Vicks never seemed to be able to quit the habit, Wedge mused.

                “Dunno. Ah, shit. Mine’s out of commission. Don’t know about yours… might be the same as mine.”

                After a quick check, it was found out that Wedge’s armored walker was non-functional, as well. Vicks cursed, taking another puff of his coffin nail. Those walkers were working fine when he and Wedge marched into the empty streets of Narshe with that sorcerer girl in the lead…

                Suddenly, it hit him.

                “Wait a minute… weren’t we just in the Narshe mines?” asked the Vicks.

                Wedge nodded with a slight smile. “Of course we were. I seem to be the only one who realized that we were somewhere else.”

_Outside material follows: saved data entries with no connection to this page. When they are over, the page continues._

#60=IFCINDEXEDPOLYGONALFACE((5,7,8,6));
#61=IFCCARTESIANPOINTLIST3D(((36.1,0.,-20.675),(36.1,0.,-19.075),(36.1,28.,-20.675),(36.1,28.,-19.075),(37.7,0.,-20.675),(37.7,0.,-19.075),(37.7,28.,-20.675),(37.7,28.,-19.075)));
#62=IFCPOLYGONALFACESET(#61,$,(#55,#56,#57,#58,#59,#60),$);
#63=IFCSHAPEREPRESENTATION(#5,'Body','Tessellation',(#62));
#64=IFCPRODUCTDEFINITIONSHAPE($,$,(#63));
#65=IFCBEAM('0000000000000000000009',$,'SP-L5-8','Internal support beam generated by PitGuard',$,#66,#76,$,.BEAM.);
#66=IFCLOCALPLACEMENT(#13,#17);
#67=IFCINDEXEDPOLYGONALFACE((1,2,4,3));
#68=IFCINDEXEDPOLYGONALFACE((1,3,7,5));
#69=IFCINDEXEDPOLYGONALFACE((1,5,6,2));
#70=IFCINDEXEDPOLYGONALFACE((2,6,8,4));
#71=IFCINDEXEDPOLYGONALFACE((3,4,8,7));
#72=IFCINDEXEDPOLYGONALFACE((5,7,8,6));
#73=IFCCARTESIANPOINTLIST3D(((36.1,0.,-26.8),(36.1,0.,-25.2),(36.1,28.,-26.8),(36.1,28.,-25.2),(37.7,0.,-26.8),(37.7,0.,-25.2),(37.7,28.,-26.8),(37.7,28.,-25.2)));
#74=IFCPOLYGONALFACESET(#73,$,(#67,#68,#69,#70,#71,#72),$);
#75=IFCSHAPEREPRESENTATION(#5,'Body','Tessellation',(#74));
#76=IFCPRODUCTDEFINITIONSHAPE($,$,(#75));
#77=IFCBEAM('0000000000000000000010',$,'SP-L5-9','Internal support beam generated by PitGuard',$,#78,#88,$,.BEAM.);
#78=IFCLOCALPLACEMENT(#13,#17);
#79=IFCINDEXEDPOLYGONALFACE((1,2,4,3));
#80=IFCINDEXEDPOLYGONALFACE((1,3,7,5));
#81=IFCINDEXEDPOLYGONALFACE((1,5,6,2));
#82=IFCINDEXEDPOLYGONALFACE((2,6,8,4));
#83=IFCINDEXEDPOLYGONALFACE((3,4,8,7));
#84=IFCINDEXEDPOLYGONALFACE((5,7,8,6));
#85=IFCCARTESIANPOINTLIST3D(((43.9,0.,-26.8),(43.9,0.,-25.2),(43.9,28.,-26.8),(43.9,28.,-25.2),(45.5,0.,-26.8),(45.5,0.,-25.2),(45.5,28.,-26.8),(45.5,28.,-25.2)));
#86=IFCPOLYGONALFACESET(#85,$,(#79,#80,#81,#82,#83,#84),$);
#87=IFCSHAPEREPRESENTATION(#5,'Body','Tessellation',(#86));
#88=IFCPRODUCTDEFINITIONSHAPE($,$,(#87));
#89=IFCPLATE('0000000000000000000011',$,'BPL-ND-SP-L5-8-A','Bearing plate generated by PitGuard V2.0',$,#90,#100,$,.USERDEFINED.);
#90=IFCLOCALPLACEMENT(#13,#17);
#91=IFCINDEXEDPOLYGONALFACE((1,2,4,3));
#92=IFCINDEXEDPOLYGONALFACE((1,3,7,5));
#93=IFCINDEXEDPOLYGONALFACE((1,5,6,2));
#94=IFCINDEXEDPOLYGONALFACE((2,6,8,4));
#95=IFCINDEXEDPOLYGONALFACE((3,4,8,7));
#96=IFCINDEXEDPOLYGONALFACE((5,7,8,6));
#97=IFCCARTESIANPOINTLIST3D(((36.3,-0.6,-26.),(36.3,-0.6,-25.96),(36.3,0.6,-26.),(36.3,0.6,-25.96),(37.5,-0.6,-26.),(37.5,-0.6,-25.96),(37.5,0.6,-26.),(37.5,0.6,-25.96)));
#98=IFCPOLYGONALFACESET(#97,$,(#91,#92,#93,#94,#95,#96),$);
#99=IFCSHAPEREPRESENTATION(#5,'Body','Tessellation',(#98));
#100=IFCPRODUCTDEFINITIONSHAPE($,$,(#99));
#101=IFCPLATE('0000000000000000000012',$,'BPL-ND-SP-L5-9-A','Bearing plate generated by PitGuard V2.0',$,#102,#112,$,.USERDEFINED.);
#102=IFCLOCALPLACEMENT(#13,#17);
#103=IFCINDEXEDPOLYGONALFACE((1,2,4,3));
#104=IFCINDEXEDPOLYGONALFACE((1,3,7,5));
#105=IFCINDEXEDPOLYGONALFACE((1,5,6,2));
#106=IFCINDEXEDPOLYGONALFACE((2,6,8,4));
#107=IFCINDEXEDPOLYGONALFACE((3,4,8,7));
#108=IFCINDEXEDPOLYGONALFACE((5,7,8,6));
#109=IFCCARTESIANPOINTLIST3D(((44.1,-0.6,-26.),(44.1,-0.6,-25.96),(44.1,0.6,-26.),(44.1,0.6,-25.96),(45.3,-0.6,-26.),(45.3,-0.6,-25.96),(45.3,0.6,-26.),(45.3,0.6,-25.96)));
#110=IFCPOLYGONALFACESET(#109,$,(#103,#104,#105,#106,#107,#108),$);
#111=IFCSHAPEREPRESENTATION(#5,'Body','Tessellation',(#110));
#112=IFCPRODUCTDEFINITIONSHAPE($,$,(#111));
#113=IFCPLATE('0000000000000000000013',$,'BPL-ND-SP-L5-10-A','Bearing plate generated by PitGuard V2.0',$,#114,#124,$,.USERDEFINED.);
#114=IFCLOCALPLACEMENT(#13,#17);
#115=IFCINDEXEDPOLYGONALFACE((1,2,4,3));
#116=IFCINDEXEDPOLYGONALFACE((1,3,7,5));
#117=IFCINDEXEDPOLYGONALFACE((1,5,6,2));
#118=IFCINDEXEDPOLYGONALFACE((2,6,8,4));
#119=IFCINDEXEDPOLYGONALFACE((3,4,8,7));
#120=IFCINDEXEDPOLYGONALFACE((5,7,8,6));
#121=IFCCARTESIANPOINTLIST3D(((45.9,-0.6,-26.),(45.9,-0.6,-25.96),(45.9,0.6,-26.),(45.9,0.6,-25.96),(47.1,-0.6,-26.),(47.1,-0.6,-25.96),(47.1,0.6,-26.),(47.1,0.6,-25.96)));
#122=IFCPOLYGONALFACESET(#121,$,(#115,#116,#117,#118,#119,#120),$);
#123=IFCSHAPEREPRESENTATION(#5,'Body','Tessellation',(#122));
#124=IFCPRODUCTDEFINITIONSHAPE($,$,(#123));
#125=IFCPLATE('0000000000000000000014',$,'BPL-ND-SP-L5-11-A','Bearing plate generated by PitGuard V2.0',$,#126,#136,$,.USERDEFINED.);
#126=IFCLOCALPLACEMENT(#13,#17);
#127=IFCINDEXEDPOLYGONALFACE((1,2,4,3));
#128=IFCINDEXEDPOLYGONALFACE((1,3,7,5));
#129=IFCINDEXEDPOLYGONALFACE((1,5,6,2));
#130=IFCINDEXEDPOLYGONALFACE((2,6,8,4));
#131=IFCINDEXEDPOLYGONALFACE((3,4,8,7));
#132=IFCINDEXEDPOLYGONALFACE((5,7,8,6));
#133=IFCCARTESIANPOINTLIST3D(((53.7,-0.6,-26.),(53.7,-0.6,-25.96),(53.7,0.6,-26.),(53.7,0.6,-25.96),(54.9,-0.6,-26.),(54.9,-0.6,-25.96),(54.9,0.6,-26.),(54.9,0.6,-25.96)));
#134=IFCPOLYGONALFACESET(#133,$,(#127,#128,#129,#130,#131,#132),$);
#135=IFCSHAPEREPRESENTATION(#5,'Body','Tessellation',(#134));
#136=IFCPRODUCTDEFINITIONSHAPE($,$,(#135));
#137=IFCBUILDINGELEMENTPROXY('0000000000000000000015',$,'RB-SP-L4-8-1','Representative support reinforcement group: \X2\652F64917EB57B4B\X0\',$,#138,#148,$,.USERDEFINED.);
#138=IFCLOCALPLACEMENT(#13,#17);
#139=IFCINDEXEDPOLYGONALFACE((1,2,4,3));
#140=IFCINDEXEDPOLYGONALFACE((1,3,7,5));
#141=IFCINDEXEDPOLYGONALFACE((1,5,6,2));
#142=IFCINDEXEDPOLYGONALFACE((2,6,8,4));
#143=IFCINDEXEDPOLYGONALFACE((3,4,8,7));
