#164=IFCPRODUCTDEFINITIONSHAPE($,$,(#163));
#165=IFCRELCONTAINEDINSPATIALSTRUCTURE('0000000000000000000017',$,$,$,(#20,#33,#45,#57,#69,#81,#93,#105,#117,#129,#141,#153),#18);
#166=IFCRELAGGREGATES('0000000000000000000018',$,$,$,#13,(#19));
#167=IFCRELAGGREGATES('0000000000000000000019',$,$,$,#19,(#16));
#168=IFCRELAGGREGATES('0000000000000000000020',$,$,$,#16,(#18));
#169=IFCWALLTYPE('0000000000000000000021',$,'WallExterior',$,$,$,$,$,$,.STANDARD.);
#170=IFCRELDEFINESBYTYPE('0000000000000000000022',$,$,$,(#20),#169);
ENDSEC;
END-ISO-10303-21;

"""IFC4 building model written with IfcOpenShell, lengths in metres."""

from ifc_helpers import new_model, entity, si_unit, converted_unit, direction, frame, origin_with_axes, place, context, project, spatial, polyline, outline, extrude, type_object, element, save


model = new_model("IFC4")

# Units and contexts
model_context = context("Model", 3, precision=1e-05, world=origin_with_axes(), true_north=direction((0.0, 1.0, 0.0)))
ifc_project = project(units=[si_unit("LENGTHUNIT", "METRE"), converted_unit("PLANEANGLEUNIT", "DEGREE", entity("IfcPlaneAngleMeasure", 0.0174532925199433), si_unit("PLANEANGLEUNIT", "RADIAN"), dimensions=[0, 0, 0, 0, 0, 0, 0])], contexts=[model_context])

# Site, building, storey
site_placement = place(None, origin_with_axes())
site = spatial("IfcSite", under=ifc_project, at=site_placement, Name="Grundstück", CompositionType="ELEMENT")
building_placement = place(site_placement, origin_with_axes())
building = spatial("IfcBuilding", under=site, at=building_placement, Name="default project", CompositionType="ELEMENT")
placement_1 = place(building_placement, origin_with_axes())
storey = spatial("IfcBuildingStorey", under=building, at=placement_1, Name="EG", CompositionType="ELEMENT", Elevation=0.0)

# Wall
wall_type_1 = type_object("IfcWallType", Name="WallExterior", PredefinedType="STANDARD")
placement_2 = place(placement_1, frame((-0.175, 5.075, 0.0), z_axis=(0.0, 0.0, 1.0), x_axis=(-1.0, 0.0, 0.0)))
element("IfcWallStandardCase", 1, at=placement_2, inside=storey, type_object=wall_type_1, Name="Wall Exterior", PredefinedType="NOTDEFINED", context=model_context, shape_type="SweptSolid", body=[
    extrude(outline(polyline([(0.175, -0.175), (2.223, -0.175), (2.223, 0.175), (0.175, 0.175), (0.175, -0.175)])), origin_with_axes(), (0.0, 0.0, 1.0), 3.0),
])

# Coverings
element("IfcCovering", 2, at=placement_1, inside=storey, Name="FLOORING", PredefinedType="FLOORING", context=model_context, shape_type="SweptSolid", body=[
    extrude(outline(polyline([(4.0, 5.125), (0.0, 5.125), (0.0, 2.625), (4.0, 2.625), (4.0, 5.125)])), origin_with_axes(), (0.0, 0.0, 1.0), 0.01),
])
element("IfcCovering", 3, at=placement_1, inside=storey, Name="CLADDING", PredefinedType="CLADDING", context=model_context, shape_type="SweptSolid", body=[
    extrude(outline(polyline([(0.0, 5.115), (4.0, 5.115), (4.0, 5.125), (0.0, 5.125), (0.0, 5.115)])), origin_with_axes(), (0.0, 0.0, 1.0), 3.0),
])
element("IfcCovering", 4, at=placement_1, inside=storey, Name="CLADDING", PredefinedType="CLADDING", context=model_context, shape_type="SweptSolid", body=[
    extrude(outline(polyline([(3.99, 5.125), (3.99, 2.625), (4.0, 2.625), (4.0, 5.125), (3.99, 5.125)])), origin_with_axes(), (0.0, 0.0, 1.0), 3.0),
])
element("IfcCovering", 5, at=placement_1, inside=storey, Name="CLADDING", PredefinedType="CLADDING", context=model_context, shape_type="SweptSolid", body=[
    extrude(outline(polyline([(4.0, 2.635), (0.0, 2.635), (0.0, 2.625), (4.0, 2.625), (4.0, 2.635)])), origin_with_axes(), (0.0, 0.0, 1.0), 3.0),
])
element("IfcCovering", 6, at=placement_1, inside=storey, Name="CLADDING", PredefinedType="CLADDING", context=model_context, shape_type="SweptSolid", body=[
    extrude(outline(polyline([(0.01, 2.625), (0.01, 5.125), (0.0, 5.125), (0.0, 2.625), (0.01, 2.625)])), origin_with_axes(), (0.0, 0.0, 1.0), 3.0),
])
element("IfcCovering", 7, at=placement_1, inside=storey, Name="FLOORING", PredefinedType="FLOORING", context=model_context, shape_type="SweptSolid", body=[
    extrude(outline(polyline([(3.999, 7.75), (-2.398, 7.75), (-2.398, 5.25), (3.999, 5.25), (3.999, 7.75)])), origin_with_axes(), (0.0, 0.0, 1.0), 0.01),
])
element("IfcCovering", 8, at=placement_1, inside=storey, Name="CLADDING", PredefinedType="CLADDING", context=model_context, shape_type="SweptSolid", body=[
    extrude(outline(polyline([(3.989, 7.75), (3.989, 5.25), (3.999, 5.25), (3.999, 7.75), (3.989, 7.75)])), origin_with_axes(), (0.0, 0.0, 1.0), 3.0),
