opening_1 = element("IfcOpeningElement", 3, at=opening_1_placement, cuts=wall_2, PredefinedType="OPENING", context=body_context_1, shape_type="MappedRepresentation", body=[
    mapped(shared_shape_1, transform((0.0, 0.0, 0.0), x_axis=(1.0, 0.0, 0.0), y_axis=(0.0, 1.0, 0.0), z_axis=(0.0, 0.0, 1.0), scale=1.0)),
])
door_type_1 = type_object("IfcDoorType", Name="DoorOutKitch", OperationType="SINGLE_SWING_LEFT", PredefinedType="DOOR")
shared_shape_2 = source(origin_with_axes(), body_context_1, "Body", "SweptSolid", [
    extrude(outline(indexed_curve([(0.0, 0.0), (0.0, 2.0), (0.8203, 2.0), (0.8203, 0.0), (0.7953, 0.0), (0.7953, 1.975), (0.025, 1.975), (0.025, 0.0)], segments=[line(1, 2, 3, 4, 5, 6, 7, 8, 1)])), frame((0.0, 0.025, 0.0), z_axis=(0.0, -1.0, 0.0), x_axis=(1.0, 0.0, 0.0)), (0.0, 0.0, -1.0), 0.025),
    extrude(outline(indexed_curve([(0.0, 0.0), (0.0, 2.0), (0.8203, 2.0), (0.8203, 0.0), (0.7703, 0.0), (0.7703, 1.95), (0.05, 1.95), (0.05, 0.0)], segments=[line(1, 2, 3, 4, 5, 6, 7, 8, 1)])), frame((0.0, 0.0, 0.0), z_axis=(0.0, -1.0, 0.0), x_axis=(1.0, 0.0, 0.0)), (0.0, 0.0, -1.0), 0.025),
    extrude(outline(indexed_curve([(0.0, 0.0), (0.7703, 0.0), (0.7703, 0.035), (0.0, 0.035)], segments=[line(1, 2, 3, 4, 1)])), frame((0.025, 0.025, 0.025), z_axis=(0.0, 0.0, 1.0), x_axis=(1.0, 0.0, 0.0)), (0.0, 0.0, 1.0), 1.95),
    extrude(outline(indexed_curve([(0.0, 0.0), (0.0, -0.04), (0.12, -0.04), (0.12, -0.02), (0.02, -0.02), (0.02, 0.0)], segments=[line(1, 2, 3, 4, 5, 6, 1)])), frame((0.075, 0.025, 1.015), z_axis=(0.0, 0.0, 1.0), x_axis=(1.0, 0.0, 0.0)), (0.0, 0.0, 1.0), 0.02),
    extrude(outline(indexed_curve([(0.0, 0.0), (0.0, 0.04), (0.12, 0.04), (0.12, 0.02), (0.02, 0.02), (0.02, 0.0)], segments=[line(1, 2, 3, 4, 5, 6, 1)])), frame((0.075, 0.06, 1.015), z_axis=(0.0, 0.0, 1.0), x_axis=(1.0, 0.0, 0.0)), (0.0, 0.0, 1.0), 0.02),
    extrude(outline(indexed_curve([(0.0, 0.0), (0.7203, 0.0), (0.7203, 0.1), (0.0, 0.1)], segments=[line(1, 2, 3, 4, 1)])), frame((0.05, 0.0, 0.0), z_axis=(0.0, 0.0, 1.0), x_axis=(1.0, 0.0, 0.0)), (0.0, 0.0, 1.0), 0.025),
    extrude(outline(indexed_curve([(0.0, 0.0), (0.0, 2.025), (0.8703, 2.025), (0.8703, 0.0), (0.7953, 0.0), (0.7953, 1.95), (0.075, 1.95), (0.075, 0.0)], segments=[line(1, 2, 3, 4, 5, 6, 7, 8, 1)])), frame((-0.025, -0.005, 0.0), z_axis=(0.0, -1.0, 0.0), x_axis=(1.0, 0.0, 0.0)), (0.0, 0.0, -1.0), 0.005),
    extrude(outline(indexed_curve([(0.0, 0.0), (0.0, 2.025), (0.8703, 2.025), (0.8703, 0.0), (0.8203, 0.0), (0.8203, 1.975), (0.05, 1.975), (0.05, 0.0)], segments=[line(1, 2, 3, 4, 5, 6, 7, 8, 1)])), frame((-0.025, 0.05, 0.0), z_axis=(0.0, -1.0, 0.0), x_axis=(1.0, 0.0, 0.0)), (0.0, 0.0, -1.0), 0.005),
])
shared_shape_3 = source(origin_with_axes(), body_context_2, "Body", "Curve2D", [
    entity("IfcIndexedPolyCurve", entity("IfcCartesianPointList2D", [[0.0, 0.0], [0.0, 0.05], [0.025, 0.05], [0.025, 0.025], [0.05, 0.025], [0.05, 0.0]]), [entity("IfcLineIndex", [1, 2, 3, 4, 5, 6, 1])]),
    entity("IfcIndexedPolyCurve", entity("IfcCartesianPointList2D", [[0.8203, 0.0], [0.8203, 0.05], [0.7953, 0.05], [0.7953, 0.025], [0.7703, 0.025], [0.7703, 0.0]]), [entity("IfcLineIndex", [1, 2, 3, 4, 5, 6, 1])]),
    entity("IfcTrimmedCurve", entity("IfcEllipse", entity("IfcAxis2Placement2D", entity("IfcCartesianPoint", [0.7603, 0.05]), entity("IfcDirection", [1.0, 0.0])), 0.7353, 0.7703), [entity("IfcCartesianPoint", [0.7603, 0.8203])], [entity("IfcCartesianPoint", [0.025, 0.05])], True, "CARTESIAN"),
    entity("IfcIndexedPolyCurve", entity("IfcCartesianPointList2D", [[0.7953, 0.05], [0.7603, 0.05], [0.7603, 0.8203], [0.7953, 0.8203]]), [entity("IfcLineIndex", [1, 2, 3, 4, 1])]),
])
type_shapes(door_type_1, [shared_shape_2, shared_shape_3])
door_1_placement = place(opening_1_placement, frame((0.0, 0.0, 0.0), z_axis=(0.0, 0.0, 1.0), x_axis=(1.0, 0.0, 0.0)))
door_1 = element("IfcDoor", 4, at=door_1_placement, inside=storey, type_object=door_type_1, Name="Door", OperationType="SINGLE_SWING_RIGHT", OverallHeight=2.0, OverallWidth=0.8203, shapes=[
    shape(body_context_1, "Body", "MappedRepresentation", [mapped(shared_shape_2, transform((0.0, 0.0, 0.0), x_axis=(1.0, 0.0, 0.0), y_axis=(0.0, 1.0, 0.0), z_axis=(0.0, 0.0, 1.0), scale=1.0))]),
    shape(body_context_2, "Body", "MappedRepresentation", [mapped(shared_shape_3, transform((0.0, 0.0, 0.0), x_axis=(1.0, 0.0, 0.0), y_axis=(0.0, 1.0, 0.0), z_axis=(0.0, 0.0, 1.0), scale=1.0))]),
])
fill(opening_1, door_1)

                Vicks ignored the insult. “But I remember something happening, I remember the girl and the Esper communicating or something, and then it glowed, and after that…”

                “We end up here, wherever the hell ‘here’ is.” Wedge finished the sentence.

                Vicks studies his surroundings, which consisted of a large, dark empty space made of metal, a few large boxes standing out hauntingly in the distance. There was a stream of light coming from an open door to their left, providing enough light to enable the two to see their surroundings.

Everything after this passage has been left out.